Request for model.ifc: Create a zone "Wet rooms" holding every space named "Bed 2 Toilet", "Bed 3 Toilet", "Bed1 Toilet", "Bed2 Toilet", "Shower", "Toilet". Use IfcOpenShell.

First a look at what the model holds.

```python
import ifcopenshell

model = ifcopenshell.open("model.ifc")
print(model.schema)
seen = {}
for space in model.by_type("IfcSpace"):
    seen[space.Name] = seen.get(space.Name, 0) + 1
for name, count in sorted(seen.items(), key=str):
    print(count, "x", name)
print("zones:", [z.Name for z in model.by_type("IfcZone")][:20])
```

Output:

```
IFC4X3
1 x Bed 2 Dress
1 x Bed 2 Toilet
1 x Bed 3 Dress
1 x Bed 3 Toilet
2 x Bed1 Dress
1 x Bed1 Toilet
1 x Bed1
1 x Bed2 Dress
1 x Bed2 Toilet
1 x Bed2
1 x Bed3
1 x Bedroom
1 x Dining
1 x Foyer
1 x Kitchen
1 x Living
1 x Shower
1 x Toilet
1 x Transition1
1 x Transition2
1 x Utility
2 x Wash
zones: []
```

```python
import ifcopenshell
import ifcopenshell.api.group
import ifcopenshell.api.root

model = ifcopenshell.open("model.ifc")

names = {"Bed 2 Toilet", "Bed 3 Toilet", "Bed1 Toilet", "Bed2 Toilet", "Shower", "Toilet"}
spaces = [s for s in model.by_type("IfcSpace") if s.Name in names]

zone = ifcopenshell.api.root.create_entity(model, ifc_class="IfcZone", name="Wet rooms")
ifcopenshell.api.group.assign_group(model, products=spaces, group=zone)
print(len(spaces), "spaces in", zone.Name)

model.write("model_updated.ifc")
```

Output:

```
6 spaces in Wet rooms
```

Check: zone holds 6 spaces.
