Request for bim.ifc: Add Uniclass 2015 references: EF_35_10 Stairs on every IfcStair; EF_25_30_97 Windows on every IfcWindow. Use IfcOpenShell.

First a look at what the model holds.

```python
import ifcopenshell

model = ifcopenshell.open("bim.ifc")
print(model.schema)
print("classifications:", [c.Name for c in model.by_type("IfcClassification")])
for ifc_class in ("IfcDoor", "IfcRoof", "IfcStair", "IfcWall", "IfcWindow"):
    print(ifc_class, len(model.by_type(ifc_class)))
```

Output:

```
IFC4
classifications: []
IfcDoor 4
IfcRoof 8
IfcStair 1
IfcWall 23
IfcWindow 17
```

```python
import ifcopenshell
import ifcopenshell.api.classification

model = ifcopenshell.open("bim.ifc")

system = ifcopenshell.api.classification.add_classification(model, classification="Uniclass 2015")

codes = {
    "IfcStair": ("EF_35_10", "Stairs"),
    "IfcWindow": ("EF_25_30_97", "Windows"),
}
for ifc_class, (code, name) in codes.items():
    products = model.by_type(ifc_class)
    ifcopenshell.api.classification.add_reference(
        model, products=products, classification=system, identification=code, name=name
    )
    print(code, len(products))

model.write("bim_edited.ifc")
```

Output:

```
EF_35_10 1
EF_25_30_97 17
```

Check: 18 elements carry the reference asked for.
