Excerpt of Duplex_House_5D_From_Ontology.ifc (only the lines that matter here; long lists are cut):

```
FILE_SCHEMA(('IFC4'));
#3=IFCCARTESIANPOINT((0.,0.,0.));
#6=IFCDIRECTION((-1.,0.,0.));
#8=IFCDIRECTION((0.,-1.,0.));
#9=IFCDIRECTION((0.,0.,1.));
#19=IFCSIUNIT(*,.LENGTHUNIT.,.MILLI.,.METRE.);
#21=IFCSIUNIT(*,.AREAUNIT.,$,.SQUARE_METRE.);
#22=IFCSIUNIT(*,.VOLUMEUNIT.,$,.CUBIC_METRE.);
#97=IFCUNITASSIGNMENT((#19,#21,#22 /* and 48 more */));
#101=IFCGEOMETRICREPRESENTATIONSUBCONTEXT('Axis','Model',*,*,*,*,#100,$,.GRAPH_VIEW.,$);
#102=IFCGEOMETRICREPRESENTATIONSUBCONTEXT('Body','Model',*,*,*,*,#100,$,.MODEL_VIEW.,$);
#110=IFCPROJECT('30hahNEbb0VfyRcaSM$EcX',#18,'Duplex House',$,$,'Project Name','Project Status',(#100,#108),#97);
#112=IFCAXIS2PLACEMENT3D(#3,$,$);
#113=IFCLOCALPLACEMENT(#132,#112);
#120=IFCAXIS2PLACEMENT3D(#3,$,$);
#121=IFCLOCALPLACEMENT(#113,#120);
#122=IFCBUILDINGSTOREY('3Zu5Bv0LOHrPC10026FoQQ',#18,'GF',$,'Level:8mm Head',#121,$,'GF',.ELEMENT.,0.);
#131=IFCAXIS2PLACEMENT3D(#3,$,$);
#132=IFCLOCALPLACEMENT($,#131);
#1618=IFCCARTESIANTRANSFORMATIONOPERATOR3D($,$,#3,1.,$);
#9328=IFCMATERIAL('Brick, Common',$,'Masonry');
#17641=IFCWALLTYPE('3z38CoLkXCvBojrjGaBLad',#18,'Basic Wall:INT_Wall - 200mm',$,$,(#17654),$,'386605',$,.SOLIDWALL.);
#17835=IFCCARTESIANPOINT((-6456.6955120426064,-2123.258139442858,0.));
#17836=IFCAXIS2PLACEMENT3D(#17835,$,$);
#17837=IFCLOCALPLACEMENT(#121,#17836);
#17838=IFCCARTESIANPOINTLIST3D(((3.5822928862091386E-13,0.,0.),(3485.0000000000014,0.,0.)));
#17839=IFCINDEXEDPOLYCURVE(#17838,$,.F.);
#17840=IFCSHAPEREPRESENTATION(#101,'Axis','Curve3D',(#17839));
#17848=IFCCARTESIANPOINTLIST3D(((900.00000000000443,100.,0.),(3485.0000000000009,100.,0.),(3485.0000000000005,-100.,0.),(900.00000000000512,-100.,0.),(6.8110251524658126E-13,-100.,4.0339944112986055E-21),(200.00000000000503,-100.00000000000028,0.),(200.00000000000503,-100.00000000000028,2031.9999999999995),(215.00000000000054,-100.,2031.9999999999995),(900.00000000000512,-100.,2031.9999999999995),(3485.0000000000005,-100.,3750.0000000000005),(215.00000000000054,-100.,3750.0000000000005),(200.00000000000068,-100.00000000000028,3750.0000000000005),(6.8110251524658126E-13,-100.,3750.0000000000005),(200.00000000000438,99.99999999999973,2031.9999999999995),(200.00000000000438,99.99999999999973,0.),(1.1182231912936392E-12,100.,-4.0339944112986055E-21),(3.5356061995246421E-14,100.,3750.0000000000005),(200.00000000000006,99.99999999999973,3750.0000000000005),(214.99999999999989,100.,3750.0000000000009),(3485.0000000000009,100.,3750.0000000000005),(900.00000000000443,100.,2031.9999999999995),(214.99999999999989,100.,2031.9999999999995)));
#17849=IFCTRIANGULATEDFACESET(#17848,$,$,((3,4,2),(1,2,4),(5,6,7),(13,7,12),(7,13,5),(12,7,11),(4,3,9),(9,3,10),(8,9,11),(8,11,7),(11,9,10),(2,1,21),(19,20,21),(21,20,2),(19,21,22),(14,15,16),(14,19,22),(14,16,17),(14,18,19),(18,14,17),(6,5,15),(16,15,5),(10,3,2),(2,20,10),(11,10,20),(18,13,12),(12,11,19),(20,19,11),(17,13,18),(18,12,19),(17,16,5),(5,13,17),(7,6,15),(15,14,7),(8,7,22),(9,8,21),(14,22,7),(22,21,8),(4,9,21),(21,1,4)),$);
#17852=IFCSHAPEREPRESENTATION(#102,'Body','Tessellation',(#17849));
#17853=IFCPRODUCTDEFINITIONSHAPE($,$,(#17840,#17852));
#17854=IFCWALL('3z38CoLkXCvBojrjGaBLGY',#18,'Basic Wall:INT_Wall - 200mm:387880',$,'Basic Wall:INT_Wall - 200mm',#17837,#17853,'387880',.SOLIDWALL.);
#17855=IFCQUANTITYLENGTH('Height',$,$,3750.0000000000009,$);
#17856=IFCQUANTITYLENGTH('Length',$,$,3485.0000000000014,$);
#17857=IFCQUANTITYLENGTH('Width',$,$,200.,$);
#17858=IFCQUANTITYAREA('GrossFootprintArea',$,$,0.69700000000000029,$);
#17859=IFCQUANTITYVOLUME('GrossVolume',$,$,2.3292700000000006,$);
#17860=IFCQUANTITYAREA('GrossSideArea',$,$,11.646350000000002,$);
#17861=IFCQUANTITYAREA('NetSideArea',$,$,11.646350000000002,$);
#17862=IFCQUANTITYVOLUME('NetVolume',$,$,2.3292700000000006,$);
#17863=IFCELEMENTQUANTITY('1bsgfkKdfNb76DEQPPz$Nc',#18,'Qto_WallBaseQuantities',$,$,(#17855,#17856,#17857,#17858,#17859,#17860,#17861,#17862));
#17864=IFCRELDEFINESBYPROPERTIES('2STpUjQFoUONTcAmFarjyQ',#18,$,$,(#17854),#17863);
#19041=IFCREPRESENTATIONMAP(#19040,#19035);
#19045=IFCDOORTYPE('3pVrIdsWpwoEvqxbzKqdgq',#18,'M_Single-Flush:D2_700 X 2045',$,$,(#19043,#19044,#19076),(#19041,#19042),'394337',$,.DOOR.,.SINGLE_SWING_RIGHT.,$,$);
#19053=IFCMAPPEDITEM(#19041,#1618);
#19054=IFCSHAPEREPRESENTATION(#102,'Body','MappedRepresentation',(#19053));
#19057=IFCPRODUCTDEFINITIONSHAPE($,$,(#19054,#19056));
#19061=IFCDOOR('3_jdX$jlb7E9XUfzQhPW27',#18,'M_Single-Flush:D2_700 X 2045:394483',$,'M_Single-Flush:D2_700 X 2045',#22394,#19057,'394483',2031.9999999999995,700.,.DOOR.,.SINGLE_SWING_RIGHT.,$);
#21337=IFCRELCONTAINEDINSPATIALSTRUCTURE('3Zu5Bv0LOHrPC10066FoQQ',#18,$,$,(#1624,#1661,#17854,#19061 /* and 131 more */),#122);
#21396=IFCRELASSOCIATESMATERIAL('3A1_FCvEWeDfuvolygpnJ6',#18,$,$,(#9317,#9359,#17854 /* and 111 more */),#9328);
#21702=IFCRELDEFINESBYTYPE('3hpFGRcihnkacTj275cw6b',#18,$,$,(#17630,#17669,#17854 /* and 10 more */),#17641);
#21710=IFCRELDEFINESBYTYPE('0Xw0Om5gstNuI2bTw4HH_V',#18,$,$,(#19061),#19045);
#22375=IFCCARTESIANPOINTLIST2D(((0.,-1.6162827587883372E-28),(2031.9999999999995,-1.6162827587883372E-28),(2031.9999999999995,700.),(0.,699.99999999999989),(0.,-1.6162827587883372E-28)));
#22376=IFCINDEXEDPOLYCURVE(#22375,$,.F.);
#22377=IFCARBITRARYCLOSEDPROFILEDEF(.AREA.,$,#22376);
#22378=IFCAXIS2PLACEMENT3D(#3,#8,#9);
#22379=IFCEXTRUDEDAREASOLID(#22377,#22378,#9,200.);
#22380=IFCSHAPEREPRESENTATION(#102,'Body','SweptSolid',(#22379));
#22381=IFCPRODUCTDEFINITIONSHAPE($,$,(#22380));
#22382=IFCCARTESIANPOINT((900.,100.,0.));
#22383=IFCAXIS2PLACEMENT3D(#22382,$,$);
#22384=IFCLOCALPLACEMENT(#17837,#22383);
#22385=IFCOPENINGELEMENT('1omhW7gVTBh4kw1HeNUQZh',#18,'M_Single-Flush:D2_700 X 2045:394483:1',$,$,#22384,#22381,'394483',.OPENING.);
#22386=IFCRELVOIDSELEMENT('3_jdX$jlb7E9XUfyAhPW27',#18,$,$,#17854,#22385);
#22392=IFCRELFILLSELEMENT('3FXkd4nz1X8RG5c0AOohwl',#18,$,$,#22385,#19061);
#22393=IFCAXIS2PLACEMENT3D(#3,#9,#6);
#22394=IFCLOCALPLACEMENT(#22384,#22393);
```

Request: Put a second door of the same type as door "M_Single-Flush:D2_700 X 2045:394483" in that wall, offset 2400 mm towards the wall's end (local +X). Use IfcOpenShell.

```python
import ifcopenshell
import ifcopenshell.api.feature
import ifcopenshell.api.geometry
import ifcopenshell.api.pset
import ifcopenshell.api.root
import ifcopenshell.geom
import ifcopenshell.util.element
import ifcopenshell.util.placement
import ifcopenshell.util.shape
import ifcopenshell.util.unit

model = ifcopenshell.open("Duplex_House_5D_From_Ontology.ifc")
unit_scale = ifcopenshell.util.unit.calculate_unit_scale(model)
area_scale = ifcopenshell.util.unit.calculate_unit_scale(model, "AREAUNIT")
volume_scale = ifcopenshell.util.unit.calculate_unit_scale(model, "VOLUMEUNIT")
settings = ifcopenshell.geom.settings()


def volume(element):
    """Net volume in cubic metres, openings subtracted."""
    shape = ifcopenshell.geom.create_shape(settings, element)
    return ifcopenshell.util.shape.get_volume(shape.geometry)


def reuse_history(source, copy):
    """copy_class also copies each property set's owner history, people and application; keep the originals."""
    for rel in copy.IsDefinedBy:
        if rel.is_a("IfcRelDefinesByProperties") and (history := rel.RelatingPropertyDefinition.OwnerHistory):
            rel.RelatingPropertyDefinition.OwnerHistory = source.OwnerHistory
            ifcopenshell.util.element.remove_deep2(model, history)


door = model.by_guid("3_jdX$jlb7E9XUfzQhPW27")
opening = door.FillsVoids[0].RelatingOpeningElement
wall = opening.VoidsElements[0].RelatingBuildingElement
before = volume(wall)
shift = ifcopenshell.util.placement.get_local_placement(wall.ObjectPlacement)[:3, 0] * 2.4 / unit_scale

# copy_class copies the void relationship, type, container and properties, but no geometry.
new_opening = ifcopenshell.api.root.copy_class(model, product=opening)
new_opening.Representation = ifcopenshell.util.element.copy_deep(
    model, opening.Representation, exclude=["IfcGeometricRepresentationContext", "IfcRepresentationMap"]
)
new_opening.Name = "M_Single-Flush:D2_700 X 2045"
new_opening.Tag = None
reuse_history(opening, new_opening)
new_door = ifcopenshell.api.root.copy_class(model, product=door)
new_door.Representation = ifcopenshell.util.element.copy_deep(
    model, door.Representation, exclude=["IfcGeometricRepresentationContext", "IfcRepresentationMap"]
)
new_door.Name = "M_Single-Flush:D2_700 X 2045"
new_door.Tag = None
reuse_history(door, new_door)
ifcopenshell.api.feature.add_filling(model, opening=new_opening, element=new_door)

for old, new in ((opening, new_opening), (door, new_door)):
    matrix = ifcopenshell.util.placement.get_local_placement(old.ObjectPlacement)
    matrix[:3, 3] += shift
    ifcopenshell.api.geometry.edit_object_placement(model, product=new, matrix=matrix, is_si=False)

after = volume(wall)
thickness = 0.2  # wall thickness in metres

# Update the wall's stored quantities.
qto = model.by_id(ifcopenshell.util.element.get_pset(wall, "Qto_WallBaseQuantities", should_inherit=False)["id"])
ifcopenshell.api.pset.edit_qto(model, qto=qto, properties={
    "NetSideArea": after / thickness / area_scale,
    "NetVolume": after / volume_scale,
})

print(f"wall volume {before:.3f} -> {after:.3f} m3")

model.write("Duplex_House_5D_From_Ontology_v2.ifc")
```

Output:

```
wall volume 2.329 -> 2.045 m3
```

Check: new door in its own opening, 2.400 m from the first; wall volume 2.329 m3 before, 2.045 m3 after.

* * * * *

*ABOUT THIS EXERCISE*
Report each line in the data above that holds the word "Dress" by copying it.

*RESPONSE FOR THIS EXERCISE*
1 x Bed 2 Dress
1 x Bed 3 Dress
2 x Bed1 Dress
1 x Bed2 Dress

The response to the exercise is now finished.